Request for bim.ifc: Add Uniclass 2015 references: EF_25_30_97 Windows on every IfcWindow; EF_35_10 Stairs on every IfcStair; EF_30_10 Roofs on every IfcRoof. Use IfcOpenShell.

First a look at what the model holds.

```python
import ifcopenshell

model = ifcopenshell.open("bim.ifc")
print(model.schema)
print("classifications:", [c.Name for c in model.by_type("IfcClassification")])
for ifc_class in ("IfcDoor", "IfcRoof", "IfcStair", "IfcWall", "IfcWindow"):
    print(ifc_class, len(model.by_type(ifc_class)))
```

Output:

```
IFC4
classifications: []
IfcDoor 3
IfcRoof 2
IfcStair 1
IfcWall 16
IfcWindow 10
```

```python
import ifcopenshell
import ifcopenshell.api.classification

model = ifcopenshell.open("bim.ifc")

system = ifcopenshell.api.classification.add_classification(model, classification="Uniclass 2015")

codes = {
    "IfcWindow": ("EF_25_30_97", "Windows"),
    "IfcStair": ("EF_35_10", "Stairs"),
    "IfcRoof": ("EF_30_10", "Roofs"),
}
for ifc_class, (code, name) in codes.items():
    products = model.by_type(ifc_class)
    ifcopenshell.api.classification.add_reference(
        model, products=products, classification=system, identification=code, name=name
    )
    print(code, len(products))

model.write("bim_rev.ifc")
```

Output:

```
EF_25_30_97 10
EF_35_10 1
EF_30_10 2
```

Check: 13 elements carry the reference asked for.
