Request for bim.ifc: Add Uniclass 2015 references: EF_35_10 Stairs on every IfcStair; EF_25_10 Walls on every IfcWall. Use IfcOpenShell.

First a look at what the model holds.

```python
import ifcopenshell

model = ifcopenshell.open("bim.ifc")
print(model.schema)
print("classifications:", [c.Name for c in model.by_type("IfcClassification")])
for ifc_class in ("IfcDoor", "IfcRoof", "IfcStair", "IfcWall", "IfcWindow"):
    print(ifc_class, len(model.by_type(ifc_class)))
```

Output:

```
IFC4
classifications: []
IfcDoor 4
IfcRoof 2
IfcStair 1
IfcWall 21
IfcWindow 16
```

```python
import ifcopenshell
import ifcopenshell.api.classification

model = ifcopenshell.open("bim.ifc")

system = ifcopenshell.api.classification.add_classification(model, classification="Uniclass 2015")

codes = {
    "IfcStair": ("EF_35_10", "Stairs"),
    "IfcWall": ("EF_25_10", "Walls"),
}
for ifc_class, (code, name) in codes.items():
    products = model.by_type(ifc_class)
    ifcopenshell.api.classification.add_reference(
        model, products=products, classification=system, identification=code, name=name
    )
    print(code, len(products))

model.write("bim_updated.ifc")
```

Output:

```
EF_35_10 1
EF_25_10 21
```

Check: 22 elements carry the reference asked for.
_ _ _ _ _
- **EXERCISE DESCRIPTION**:
Which lines of the data contain the string "asked"? Copy each one.

- **SOLUTION TO THIS EXERCISE**:
Check: 13 elements carry the reference asked for.
Check: 22 elements carry the reference asked for.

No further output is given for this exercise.